For my final project, I will be taking the data analysis route using the Cloud9 environment.
I downloaded a .csv file from fec.gov entitled “CandidateSummaryAction.csv” that lists campaign donations by candidate. According to the FEC’s website, this file “contains information for each candidate who has registered with the FEC or appears on an official state ballot for an election to the U.S. House of Representatives, U.S. Senate or U.S. President.”. At first glance, this .csv file was intimidating due to some of the opaque column titles (ex. “cas_on_han_beg_of_per”), but thankfully the FEC provides a handy metadata guide that helped explain the purpose of the columns. Another thing that indimidated me about the .csv file is that it contained 50 columns, and I haven’t decided whether to just exclude the columns that are uninteresting or to just keep them. Either way I do plan on changing the column titles to make the .csv file more user-freindly to work with.
For my project I want to create a command-line-like interface that can sort and filter through any csv file. Essentially I will have the user pick a column, and then I will let them decide whether they want to sort the column in ascending or descending order or whether they want to filter a column to only display those records that contain a certain column value. I also want to include a special ‘find’ selection for my .csv file exclusively, that will take a user candidate name query, and print out a data visualization for that candidate’s record in CandidateSummaryAction.csv
- Preliminary Milestones
- Figure out how to make a simple .py file in Cloud9
- Figure out how to get a .py file to interact with a .csv file on Cloud9.
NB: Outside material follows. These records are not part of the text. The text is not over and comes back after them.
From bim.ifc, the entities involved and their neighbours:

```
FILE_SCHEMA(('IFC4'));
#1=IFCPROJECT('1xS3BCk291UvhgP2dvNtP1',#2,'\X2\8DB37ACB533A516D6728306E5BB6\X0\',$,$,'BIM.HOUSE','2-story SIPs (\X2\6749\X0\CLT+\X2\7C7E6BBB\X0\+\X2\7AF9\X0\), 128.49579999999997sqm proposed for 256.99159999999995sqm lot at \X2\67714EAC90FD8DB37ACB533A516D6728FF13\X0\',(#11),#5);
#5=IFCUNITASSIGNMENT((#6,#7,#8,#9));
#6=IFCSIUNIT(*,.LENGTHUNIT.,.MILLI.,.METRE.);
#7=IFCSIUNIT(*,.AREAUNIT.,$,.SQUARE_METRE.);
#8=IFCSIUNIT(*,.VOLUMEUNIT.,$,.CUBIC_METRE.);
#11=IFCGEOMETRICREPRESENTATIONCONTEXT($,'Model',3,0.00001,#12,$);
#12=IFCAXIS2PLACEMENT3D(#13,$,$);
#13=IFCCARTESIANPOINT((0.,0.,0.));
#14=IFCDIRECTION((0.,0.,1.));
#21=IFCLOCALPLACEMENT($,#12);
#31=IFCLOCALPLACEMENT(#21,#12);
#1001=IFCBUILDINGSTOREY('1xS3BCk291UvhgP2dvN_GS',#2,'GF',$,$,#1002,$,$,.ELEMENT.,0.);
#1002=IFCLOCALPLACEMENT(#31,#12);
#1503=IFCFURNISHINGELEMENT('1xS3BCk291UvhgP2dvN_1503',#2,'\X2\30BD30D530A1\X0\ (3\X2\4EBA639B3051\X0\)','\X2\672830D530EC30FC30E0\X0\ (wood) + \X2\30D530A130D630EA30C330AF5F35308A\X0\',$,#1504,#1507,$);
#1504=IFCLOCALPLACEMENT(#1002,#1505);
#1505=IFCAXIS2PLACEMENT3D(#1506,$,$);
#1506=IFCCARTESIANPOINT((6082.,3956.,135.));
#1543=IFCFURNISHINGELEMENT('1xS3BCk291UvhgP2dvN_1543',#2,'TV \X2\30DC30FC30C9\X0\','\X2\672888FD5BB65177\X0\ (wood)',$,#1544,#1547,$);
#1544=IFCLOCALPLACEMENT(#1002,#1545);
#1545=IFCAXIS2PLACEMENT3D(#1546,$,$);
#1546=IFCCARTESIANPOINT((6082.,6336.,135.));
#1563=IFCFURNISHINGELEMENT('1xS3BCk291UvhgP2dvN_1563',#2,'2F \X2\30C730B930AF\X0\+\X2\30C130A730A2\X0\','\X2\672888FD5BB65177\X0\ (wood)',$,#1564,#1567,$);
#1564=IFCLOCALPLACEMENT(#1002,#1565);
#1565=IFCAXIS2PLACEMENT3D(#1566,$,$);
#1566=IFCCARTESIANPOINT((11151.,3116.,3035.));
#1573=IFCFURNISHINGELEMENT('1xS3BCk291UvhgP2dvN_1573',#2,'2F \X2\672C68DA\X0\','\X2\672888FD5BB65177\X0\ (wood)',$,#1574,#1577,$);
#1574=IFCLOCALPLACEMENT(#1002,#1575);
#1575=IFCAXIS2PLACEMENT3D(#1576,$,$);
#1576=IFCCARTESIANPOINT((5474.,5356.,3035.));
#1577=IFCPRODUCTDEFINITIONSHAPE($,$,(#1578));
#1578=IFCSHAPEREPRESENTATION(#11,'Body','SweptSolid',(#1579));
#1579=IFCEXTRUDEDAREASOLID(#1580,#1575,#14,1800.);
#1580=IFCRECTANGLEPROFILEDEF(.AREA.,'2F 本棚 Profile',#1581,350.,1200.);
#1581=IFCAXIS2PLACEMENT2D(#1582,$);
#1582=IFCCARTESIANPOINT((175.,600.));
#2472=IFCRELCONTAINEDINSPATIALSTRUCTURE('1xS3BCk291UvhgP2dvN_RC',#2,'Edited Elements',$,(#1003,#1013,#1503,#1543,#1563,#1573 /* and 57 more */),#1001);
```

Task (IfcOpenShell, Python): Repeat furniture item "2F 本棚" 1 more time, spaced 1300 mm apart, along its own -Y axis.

```python
import ifcopenshell
import ifcopenshell.api.geometry
import ifcopenshell.api.root
import ifcopenshell.util.element
import ifcopenshell.util.placement
import ifcopenshell.util.unit

model = ifcopenshell.open("bim.ifc")
unit_scale = ifcopenshell.util.unit.calculate_unit_scale(model)


def reuse_history(source, copy):
    """copy_class also copies each property set's owner history, people and application; keep the originals."""
    for rel in copy.IsDefinedBy:
        if rel.is_a("IfcRelDefinesByProperties") and (history := rel.RelatingPropertyDefinition.OwnerHistory):
            rel.RelatingPropertyDefinition.OwnerHistory = source.OwnerHistory
            ifcopenshell.util.element.remove_deep2(model, history)


source = model.by_id(1573)
base = ifcopenshell.util.placement.get_local_placement(source.ObjectPlacement)
step = -base[:3, 1] * 1.3 / unit_scale

for i in range(1, 2):
    copy = ifcopenshell.api.root.copy_class(model, product=source)
    copy.Representation = ifcopenshell.util.element.copy_deep(
        model, source.Representation, exclude=["IfcGeometricRepresentationContext", "IfcRepresentationMap"]
    )
    reuse_history(source, copy)
    matrix = base.copy()
    matrix[:3, 3] += i * step
    print("added at", matrix[:3, 3].round(3) + 0.0)
    ifcopenshell.api.geometry.edit_object_placement(model, product=copy, matrix=matrix, is_si=False)

model.write("bim_updated.ifc")
```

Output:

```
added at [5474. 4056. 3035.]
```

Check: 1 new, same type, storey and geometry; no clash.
- Create special final project repo on Github
- Figure out how to commit push Cloud 9 code to Github final project repo.
- Figure out how I want to store the .csv file
- Option 1: List of lists
- .readlines() the file to make a list of lines.
- create empty table. Use for loop to .append.split(“,”) the lines from the .readlines() method to that empty table. Making a list of lists (of each record).
- Option 2: A dictionary of lists
- Using the list of lists from option 1, make a dictionary where each candidate is a key, where the value is a dictionary of column titles (keys) and the column values (values).
- Prompt the user to pick the name of a .csv file.
- Figure out how a user’s .csv file would work with a program made on Cloud9.
- Display the .csv files column names (the first list in the list of lists). Ask the user to pick a column name
- Cycle through the .csv file and make a list of column names if above strategy doesn’t work out.
- Display 3rd tier of user input. Whether they want to pick another column (1), sort the column they picked (2), (3) filter, (4) or find a candidate (for campaignsummaryaction.csv only).
- If they pick sort, allow the user to choose whether to sort in ascending or descending order. Sort the column.
- If they pick filter, allow the user to enter a string, and only display the records displaying the column value the user selected.Match the user selection with records with the matching column values and display
- After sorting and filtering, allow the user to choose whether they want to sort their results (if they picked filter) or filter their results further (if they picked sort) or start all over and go back to the place where they pick a .csv file.
- Going back to the first tier, if they pick find a candidate, prompt the user for a string describing the name of candidate they want to look up, match that string with the corresponding value in candidate_name, and data visualize the corresponding column values for that record, using the model given in the assignment description (instead of asterisks use dollar signs).
- Create list of candidate names
- Match user’s input with correct name
- Figure out how to visualize each column value
- Figure out how to deal with incomplete names.